We thank the reviewer for their insightful comments. We are willing to address all the concerns raised in your review:
Q1: Model performance.
While the authors claim reduced computational resource usage, the model's performance significantly lags behind the open-sourced baseline model, Painter, as evident in Table 2.
A1: Please see our general response #1.
Q2: Universality with text instructions.
The framework's universality is some kind of diminished by its reliance on task-specific text instructions. A more compelling setup would operate without any task prompts. Text instructions should be supplemental, enriching tasks like text-to-image generation with finer details, rather than being a mandatory prerequisite for all tasks.

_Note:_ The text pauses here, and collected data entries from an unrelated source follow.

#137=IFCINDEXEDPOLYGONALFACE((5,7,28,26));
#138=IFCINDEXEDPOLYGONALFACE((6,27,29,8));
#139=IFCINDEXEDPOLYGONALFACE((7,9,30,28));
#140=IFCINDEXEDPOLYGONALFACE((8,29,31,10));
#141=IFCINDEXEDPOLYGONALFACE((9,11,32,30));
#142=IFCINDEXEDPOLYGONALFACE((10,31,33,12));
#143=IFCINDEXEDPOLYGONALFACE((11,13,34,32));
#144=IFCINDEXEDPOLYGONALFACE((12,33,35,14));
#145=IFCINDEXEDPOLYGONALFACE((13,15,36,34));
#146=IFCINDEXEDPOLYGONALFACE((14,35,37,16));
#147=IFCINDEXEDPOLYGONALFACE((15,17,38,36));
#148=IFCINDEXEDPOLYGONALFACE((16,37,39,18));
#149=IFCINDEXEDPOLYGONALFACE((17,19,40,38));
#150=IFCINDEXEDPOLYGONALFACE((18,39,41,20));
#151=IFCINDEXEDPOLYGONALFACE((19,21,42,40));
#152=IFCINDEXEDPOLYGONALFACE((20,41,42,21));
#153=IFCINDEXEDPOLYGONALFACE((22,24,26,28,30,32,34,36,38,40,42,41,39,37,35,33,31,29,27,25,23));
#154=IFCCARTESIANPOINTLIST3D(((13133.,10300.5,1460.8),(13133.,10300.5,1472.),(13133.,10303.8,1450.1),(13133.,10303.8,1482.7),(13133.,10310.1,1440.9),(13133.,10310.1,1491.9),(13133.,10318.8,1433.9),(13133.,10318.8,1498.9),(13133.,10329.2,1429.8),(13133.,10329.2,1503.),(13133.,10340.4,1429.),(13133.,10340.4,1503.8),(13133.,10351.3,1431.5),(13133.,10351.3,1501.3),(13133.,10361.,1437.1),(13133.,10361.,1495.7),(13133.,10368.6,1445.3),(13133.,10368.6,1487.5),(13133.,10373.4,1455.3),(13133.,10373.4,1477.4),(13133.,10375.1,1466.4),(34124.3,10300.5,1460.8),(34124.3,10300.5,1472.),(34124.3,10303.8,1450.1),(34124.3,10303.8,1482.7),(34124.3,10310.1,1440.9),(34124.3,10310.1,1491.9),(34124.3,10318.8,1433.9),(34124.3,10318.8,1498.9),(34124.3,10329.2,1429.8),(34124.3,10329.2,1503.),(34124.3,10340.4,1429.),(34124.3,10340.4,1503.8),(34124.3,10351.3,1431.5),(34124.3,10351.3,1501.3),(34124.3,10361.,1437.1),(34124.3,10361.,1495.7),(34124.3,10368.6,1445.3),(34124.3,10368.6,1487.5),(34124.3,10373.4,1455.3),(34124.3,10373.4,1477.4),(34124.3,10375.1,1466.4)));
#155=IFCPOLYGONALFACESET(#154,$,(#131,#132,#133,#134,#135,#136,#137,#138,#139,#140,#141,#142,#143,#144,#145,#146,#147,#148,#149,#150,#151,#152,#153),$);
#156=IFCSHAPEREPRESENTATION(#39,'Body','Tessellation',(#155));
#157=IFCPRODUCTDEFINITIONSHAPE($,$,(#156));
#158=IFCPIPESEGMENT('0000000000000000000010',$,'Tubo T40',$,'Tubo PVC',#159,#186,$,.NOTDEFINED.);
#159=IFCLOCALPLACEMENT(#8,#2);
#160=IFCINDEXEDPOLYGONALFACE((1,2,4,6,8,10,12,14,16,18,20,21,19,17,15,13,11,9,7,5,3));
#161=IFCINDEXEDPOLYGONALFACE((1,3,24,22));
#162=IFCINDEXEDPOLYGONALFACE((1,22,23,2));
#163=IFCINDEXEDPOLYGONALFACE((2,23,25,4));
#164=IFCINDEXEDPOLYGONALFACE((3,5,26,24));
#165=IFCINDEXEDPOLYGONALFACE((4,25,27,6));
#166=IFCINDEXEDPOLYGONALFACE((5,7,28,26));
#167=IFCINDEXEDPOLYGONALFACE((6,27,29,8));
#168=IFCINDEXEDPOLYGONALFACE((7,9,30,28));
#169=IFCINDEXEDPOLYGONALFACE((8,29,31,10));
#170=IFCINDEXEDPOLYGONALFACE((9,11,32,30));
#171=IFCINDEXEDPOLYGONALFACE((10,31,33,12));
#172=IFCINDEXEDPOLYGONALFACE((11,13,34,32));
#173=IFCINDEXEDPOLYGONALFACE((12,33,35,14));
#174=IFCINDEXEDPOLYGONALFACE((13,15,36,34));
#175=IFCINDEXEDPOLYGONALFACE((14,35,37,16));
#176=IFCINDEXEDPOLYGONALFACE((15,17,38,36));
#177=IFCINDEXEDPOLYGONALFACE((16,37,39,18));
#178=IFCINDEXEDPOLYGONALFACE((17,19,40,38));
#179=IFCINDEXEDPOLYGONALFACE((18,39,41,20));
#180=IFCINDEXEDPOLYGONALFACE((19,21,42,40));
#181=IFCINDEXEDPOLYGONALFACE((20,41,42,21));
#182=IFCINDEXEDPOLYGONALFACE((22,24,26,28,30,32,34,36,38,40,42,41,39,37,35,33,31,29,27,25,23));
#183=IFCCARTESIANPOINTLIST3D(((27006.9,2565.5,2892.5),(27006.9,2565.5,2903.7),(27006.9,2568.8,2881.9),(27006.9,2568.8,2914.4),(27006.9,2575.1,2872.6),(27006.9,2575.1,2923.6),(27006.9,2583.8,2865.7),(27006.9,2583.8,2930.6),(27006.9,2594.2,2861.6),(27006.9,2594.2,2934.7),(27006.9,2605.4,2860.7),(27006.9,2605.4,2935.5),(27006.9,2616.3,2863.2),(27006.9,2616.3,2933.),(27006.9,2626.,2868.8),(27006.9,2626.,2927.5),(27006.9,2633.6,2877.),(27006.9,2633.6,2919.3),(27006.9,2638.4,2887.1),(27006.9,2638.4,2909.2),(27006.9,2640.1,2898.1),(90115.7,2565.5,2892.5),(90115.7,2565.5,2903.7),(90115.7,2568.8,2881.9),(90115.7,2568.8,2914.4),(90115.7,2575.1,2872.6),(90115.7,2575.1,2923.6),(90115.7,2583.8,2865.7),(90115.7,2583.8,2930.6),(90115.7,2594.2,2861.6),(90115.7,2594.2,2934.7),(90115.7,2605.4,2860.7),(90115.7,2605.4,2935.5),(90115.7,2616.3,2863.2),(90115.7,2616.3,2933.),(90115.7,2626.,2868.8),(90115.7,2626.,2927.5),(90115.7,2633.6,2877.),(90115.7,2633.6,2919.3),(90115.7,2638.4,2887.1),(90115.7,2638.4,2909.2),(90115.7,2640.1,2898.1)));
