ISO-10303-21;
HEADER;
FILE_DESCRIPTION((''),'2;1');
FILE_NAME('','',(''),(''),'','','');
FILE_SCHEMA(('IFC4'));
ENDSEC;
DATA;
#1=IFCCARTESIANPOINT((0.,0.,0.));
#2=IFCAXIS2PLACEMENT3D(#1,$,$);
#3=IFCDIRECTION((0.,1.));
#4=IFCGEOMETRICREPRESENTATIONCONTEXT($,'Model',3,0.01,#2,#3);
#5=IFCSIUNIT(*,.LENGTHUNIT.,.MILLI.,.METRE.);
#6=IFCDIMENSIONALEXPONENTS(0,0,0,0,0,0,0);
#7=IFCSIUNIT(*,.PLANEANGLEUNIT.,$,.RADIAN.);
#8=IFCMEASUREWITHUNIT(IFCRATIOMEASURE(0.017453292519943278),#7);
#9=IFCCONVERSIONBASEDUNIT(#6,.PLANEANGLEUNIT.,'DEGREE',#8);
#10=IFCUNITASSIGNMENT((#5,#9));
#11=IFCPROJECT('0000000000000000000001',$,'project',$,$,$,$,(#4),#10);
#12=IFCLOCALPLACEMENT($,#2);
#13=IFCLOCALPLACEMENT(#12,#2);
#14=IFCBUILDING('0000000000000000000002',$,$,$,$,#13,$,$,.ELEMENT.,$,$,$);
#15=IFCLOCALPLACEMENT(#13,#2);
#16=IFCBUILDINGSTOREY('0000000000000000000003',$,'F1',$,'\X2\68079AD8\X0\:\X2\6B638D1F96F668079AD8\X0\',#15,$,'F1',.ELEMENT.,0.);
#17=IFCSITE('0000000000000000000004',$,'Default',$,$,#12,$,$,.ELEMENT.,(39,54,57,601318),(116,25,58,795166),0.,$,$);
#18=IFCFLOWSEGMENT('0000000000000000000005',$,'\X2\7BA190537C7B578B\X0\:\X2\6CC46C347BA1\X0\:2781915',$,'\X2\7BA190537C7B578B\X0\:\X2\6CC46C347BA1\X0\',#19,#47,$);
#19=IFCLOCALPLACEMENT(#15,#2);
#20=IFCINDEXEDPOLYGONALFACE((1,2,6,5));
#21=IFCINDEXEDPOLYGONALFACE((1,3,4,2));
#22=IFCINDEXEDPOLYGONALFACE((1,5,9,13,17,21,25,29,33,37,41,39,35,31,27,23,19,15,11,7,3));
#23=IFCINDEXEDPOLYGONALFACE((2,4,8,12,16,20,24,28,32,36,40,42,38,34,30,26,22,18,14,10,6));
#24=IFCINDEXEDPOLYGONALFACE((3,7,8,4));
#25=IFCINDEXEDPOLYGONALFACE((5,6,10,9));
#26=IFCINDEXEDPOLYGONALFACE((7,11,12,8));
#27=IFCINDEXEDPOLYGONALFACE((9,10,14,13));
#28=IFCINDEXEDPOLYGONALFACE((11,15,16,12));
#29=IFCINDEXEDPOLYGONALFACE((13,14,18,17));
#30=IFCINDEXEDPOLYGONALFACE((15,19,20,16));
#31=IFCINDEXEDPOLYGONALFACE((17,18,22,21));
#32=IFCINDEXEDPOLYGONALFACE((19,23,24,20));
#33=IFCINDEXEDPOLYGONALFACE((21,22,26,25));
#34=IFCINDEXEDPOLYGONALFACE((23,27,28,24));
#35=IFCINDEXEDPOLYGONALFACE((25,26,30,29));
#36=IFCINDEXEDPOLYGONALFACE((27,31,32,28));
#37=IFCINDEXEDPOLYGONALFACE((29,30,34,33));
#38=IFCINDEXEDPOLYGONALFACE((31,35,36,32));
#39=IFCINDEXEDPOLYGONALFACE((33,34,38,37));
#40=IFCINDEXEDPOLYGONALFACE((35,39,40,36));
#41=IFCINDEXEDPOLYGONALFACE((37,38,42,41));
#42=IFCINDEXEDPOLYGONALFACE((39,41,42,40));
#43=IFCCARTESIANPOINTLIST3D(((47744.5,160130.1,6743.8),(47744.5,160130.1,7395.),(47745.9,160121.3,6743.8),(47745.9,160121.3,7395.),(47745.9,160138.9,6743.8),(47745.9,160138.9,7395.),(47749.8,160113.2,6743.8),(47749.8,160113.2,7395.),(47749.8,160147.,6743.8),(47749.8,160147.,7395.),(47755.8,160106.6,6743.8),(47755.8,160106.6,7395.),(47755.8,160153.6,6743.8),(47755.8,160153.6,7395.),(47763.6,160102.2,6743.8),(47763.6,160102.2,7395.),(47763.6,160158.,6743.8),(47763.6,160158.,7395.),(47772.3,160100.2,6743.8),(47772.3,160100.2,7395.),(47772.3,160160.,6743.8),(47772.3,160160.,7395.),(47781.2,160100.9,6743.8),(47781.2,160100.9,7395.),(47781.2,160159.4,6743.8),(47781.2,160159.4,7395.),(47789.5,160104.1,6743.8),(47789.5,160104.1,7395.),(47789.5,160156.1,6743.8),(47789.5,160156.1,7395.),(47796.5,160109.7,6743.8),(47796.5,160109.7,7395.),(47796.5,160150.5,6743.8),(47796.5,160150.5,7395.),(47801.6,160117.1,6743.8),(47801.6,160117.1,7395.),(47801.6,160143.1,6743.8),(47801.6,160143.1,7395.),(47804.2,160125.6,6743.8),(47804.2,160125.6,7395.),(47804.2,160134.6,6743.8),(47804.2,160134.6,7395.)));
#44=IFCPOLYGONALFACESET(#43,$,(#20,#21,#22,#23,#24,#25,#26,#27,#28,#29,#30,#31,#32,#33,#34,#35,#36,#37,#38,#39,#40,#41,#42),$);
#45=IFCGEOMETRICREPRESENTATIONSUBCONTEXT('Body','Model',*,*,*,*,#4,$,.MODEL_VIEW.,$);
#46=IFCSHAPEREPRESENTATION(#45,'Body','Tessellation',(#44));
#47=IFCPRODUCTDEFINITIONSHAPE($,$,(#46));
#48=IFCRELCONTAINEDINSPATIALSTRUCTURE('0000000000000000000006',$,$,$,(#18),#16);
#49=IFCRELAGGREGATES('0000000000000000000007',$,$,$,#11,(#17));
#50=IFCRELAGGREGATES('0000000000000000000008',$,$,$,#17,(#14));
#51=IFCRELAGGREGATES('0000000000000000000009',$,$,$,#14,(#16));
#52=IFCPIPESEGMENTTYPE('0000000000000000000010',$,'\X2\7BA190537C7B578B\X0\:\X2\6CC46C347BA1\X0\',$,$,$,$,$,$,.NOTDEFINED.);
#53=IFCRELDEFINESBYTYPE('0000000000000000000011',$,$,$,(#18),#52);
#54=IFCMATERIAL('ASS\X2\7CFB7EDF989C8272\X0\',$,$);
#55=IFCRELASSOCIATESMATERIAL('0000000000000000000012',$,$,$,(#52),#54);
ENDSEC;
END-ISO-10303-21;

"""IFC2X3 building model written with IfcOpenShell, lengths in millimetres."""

from ifc_helpers import new_model, entity, si_unit, converted_unit, direction, frame, frame_2d, origin, place, context, subcontext, project, spatial, circle, extrude, material, type_object, element, save


model = new_model("IFC2X3")

# Units and contexts
model_context = context("Model", 3, precision=0.01, world=origin(), true_north=direction((0.0, 1.0)))
body_context = subcontext(model_context, "Body", "Model", "MODEL_VIEW")
ifc_project = project(units=[si_unit("LENGTHUNIT", "METRE", prefix="MILLI"), converted_unit("PLANEANGLEUNIT", "DEGREE", entity("IfcRatioMeasure", 0.017453292519943278), si_unit("PLANEANGLEUNIT", "RADIAN"), dimensions=[0, 0, 0, 0, 0, 0, 0])], contexts=[model_context])

# Site, building, storey
site_placement = place(None, origin())
site = spatial("IfcSite", under=ifc_project, at=site_placement, Name="Default", CompositionType="ELEMENT", RefLatitude=(39, 54, 57, 601318), RefLongitude=(116, 25, 58, 795166), RefElevation=0.0)
building_placement = place(site_placement, origin())
building = spatial("IfcBuilding", under=site, at=building_placement, CompositionType="ELEMENT")
storey_placement = place(building_placement, origin())
storey = spatial("IfcBuildingStorey", under=building, at=storey_placement, Name="F1", ObjectType="标高:正负零标高", LongName="F1", CompositionType="ELEMENT", Elevation=0.0)

# Flow segment
ifc_material_1 = material(Name="ASS系统颜色")
pipe_segment_type_1 = type_object("IfcPipeSegmentType", Name="管道类型:泄水管", PredefinedType="NOTDEFINED", material=ifc_material_1)
flow_segment_1_placement = place(storey_placement, origin())
element("IfcFlowSegment", 1, at=flow_segment_1_placement, inside=storey, type_object=pipe_segment_type_1, Name="管道类型:泄水管:2781915", ObjectType="管道类型:泄水管", context=body_context, shape_type="SweptSolid", body=[
    extrude(circle(Radius=30.0, at=frame_2d((0.0, 0.0), x_axis=(1.0, 0.0))), frame((47774.5, 160130.1, 6743.8), z_axis=(0.0, 0.0, 1.0), x_axis=(-1.0, 0.0, 0.0)), (0.0, 0.0, 1.0), 651.2),
])

save(model, "model.ifc")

A2: (1) Text instructions are indeed supplemental in our design. An ablation result regarding different types of text instructions is given in Table 5. To further explore this, we conducted more experiments during rebuttal and provided the results below (added to Tables 9 and 10 in the revised paper as well).

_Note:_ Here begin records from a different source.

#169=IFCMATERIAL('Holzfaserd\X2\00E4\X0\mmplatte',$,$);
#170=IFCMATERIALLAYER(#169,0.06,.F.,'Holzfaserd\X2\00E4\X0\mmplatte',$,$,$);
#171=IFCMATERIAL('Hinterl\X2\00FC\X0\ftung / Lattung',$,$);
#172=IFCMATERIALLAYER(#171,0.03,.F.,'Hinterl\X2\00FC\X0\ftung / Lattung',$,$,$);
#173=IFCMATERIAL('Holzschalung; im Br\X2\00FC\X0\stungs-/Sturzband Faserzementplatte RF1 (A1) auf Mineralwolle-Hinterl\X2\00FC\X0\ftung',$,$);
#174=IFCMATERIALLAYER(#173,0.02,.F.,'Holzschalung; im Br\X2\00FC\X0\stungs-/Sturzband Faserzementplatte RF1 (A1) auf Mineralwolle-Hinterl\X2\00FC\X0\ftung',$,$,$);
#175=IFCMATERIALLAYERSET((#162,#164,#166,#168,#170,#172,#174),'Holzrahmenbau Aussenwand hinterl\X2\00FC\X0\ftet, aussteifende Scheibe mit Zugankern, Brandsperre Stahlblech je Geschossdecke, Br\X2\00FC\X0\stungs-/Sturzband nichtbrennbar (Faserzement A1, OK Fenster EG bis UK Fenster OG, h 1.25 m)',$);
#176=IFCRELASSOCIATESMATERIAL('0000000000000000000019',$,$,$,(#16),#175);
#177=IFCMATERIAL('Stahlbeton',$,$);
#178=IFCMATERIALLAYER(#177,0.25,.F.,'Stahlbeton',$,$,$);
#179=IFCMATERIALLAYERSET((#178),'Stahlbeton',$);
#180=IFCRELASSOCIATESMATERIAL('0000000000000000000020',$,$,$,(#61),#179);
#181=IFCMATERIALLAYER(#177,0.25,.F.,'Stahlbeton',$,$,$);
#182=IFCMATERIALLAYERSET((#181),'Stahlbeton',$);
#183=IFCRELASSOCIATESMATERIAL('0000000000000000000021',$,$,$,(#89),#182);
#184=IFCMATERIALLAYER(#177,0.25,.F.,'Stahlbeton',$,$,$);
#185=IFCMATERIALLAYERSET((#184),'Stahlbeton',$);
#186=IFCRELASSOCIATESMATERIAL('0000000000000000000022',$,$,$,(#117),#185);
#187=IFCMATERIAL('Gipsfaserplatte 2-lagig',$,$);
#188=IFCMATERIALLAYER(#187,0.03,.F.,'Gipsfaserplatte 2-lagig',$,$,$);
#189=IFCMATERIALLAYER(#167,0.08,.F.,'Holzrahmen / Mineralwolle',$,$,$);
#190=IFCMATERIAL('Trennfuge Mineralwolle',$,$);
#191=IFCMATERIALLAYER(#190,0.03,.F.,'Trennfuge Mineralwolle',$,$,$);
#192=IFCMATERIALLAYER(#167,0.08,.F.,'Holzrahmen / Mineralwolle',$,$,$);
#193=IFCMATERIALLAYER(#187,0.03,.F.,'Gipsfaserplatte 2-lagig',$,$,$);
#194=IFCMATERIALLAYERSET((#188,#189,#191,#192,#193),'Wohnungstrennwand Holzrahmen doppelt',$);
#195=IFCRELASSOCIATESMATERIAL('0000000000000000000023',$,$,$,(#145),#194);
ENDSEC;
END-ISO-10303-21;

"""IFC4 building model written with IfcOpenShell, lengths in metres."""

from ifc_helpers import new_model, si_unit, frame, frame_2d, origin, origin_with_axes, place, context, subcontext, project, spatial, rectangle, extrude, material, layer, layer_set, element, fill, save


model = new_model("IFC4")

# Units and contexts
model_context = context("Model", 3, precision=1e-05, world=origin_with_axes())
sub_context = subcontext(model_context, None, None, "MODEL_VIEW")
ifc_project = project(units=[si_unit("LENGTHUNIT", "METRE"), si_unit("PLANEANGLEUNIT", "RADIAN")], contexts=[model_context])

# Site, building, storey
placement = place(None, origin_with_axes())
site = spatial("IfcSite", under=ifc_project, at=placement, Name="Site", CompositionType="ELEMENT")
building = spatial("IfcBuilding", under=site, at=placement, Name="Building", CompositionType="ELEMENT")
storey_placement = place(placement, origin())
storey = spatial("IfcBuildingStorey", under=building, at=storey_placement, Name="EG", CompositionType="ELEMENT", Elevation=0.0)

| Depth estimation | Denoising | Mask-to-image | ||||||||
|---|---|---|---|---|---|---|---|---|---|---|
| Method | RMSE | REL | \delta_{1}$$\uparrow | PSNR | SSIM | LPIPS | FID | |||
| UniVis-mc w/ task prompts | 0.421 | 0.131 | 0.863 | 34.58 | 0.909 | 0.095 | 30.4 | |||
| UniVis-mc w/o task prompts | 0.466 | 0.154 | 0.826 | 34.36 | 0.907 | 0.101 | 31.5 |
| Deraining | ||||
|---|---|---|---|---|
| Method | PSNR | SSIM | LPIPS | |
| UniVis-st w/ task prompts | 22.62 | 0.598 | 0.302 | |
| UniVis-st w/o task prompts | 22.60 | 0.595 | 0.306 |
As can be seen, text instructions are beneficial for some tasks (e.g., semantic segmentation, depth estimation, and mask-to-image), but the gain by applying task prompts is very marginal for other tasks (e.g., deraining and denoising). Therefore, one can optionally apply text instructions during inference to strike a balance between better performance and extra human efforts. (2) We do not think incorporating task-specific text instructions undermines the universality of the proposed framework. From the perspective of a user, one is aware of the task name when constructing the image instruction (input-output pair), thus the text instruction can be given by 1) an empty string, or 2) a task-level prompt (e.g., "depth map"), or 3) an instance-level prompt (could use the help from some off-the-shelf tools such as image captioning methods). Our claimed "universality" lies in the shared framework for various computer vision tasks.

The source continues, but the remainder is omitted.